During your exam, the doctor should ask questions about your functioning and how it has changed since you have been in pain. She or he should also try to determine the level of pain you experience while at rest and during activities.
Many times depression accompanies back pain, especially chronic back pain. Your doctor should ask you if you have depression, anxiety, substance abuse or other types of problems currently or in your past.
Cognitive behavioral therapy is a short-term therapy focusing on identifying and changing the thinking patterns that bring unwanted results into our lives. It has a good reputation for helping people with chronic back pain to avoid disability. A study done in 2001 at the Orebro Medical Center in Sweden showed that cognitive-behavior group therapy can lower the risk of developing long-term disability in patients with chronic back pain.
Linton, S.J., & Andersson, T. (2000). Can chronic disability be prevented? A randomized trial of a cognitive-behavior intervention and two forms of information for patients with spinal pain. Spine, 25(21).
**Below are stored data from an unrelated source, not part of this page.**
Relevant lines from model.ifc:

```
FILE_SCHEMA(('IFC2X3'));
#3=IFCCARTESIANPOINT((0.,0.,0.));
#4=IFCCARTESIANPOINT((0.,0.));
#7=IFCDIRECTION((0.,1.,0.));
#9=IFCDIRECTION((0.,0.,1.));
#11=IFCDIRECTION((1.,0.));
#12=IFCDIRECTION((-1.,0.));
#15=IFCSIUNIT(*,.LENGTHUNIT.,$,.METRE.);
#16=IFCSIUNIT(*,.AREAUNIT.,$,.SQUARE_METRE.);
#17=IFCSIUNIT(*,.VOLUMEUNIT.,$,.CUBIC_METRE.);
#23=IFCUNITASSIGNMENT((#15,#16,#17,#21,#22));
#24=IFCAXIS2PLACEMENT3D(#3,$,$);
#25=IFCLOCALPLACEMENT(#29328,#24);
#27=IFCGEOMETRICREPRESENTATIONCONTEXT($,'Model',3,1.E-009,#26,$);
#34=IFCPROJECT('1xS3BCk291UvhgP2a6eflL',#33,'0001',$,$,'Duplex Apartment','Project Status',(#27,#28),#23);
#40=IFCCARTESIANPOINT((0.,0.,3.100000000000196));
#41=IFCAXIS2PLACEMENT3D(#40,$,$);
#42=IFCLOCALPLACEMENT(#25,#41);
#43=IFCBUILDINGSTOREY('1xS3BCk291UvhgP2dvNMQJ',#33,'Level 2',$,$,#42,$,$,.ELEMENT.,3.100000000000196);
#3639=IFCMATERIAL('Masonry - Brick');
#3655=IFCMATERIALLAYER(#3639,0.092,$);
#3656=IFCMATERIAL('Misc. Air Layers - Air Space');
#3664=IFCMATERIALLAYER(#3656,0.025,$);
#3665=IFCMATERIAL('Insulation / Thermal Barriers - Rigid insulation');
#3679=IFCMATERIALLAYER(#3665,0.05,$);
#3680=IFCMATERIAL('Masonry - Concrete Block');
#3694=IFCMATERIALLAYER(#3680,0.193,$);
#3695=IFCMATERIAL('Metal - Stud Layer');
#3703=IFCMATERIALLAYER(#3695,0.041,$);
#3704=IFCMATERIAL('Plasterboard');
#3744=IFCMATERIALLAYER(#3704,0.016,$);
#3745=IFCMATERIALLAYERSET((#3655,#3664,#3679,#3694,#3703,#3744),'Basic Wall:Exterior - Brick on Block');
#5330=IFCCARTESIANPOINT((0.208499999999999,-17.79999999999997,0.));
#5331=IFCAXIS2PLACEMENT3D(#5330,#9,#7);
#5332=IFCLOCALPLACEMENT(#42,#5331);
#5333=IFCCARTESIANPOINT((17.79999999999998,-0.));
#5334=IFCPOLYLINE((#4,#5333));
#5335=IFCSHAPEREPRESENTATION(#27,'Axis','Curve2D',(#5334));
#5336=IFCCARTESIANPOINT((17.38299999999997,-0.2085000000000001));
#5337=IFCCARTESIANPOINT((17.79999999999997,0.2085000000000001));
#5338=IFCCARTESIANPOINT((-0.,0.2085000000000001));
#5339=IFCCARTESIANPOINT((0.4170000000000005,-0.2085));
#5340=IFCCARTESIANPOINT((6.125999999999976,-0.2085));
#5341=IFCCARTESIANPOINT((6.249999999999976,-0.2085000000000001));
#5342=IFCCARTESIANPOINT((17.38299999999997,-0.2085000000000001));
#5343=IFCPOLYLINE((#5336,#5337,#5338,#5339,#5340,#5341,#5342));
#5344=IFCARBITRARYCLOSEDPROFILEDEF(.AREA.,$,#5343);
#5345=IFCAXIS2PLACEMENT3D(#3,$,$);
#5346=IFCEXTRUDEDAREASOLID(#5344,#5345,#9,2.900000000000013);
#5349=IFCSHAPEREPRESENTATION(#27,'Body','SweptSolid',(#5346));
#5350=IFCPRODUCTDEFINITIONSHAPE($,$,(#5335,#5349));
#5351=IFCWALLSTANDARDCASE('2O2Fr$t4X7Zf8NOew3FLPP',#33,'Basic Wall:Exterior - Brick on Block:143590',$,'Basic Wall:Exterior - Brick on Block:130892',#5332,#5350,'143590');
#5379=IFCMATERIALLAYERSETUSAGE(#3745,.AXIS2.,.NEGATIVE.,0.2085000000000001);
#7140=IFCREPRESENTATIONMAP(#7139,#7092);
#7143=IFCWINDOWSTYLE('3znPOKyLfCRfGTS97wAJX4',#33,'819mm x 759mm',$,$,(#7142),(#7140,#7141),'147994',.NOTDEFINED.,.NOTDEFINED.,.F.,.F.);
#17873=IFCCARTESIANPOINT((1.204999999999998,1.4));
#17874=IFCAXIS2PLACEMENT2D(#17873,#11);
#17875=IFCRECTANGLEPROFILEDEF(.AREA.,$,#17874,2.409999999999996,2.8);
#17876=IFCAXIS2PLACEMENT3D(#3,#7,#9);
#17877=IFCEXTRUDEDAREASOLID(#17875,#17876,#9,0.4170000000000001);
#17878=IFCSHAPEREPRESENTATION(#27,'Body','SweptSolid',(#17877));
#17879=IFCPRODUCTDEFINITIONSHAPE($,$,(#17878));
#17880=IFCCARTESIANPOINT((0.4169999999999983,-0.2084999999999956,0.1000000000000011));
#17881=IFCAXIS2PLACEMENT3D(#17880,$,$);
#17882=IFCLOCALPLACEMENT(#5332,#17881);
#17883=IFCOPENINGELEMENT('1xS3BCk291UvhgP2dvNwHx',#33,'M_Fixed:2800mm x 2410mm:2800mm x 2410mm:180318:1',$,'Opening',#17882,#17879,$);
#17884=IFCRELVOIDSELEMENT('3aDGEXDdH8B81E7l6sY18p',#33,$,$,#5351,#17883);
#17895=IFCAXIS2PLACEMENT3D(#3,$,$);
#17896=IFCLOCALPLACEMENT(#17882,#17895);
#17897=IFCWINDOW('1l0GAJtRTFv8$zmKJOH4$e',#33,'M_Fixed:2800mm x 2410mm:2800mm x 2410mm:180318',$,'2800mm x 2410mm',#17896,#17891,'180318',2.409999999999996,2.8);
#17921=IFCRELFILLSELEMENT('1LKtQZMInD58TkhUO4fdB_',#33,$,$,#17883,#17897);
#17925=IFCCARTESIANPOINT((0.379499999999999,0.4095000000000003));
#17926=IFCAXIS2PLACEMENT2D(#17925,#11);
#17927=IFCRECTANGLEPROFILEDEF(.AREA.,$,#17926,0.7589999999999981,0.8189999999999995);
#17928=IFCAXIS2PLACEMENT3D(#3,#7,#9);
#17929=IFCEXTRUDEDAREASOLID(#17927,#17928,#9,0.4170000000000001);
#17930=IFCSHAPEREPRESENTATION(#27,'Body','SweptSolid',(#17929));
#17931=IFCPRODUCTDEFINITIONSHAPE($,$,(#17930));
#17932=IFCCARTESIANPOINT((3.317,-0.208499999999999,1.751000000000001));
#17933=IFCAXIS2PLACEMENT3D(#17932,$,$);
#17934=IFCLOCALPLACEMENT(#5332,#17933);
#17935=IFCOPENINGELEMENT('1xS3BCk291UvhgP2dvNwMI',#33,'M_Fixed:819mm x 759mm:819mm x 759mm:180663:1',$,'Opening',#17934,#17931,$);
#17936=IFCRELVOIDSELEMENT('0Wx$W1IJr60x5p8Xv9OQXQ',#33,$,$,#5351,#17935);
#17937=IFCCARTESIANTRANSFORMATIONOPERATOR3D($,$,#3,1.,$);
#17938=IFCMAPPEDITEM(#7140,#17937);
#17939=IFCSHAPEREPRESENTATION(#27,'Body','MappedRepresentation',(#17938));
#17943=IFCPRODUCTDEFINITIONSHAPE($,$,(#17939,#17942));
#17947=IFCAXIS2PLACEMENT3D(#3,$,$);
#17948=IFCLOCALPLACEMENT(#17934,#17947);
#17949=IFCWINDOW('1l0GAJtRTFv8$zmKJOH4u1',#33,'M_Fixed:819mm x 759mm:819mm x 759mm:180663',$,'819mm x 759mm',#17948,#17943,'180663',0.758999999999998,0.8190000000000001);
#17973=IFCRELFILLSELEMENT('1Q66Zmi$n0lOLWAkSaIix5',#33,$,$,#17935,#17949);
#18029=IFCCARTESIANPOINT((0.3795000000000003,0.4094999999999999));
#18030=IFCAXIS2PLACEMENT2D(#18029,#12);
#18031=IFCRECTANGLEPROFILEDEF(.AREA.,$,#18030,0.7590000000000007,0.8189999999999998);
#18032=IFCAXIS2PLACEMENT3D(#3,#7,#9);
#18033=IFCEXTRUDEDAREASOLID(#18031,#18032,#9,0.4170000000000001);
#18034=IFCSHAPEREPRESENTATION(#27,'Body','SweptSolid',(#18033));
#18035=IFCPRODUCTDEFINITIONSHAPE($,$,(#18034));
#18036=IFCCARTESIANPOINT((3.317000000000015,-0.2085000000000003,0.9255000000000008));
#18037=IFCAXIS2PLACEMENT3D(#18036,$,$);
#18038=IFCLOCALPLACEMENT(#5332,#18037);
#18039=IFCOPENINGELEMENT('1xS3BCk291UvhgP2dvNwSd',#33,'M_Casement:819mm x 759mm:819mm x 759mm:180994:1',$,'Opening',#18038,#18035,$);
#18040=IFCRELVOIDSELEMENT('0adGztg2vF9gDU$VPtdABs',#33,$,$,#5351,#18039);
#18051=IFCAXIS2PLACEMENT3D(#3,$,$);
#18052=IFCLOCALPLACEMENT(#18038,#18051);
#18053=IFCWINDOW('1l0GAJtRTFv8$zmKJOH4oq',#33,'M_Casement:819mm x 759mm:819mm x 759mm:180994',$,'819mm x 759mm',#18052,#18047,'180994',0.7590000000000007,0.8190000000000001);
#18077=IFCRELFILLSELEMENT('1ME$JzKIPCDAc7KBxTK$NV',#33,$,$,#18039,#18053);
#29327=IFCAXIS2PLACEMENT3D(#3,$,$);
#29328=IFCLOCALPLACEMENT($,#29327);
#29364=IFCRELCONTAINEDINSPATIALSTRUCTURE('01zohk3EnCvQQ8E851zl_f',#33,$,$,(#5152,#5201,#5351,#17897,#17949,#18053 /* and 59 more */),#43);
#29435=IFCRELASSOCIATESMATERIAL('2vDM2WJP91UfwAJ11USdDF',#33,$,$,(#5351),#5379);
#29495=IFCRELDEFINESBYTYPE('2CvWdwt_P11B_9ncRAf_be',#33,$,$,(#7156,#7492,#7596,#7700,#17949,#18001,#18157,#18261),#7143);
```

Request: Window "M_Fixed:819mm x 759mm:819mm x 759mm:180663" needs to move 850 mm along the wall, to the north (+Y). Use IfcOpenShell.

```python
import ifcopenshell
import ifcopenshell.api.geometry
import ifcopenshell.util.placement
import ifcopenshell.util.unit

model = ifcopenshell.open("model.ifc")
unit_scale = ifcopenshell.util.unit.calculate_unit_scale(model)

window = model.by_guid("1l0GAJtRTFv8$zmKJOH4u1")
opening = window.FillsVoids[0].RelatingOpeningElement
wall = opening.VoidsElements[0].RelatingBuildingElement

wall_matrix = ifcopenshell.util.placement.get_local_placement(wall.ObjectPlacement)
shift = wall_matrix[:3, 0] * 0.85 / unit_scale
before = ifcopenshell.util.placement.get_local_placement(window.ObjectPlacement)[:3, 3].copy()

# The window is placed relative to its opening, so it follows when the opening moves.
matrix = ifcopenshell.util.placement.get_local_placement(opening.ObjectPlacement)
matrix[:3, 3] += shift
ifcopenshell.api.geometry.edit_object_placement(
    model, product=opening, matrix=matrix, is_si=False, should_transform_children=True
)

after = ifcopenshell.util.placement.get_local_placement(window.ObjectPlacement)[:3, 3]
print("window moved by", (after - before).round(3) + 0.0)

model.write("model_updated.ifc")
```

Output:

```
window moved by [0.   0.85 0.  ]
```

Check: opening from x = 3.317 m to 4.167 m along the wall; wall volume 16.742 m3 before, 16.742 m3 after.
Woby, S.R., Roach, N.K., Urmston, M., & Watson, P.J. (2007). The relation between cognitive factors and levels of pain and disability in chronic low back pain patients presenting for physiotherapy. European Journal of Pain.
Gould, H.J. III, M.D., Ph.D. (2007). Understanding Pain. Saint Paul, MN: Demos.
Melzack, R. (1975). The McGill Pain Questionnaire: major properties and scoring method. Pain, 1(3).
Melzack, R. (1987). The short-form McGill Pain Questionnaire. Pain. August 30(2).
Registered Nurses Association of Ontario (RNAO). Assessment and management of pain. Toronto (ON): Registered Nurses Association of Ontario (RNAO); 2002 Nov.
Institute for Clinical Systems Improvement (ICSI). Assessment and management of chronic pain. Bloomington (MN): Institute for Clinical Systems Improvement (ICSI); 2005 Nov.
Menefee, L. Katz, N. 2003 The PainEDU.org Manual: A Clinical Companion. Newton, MA.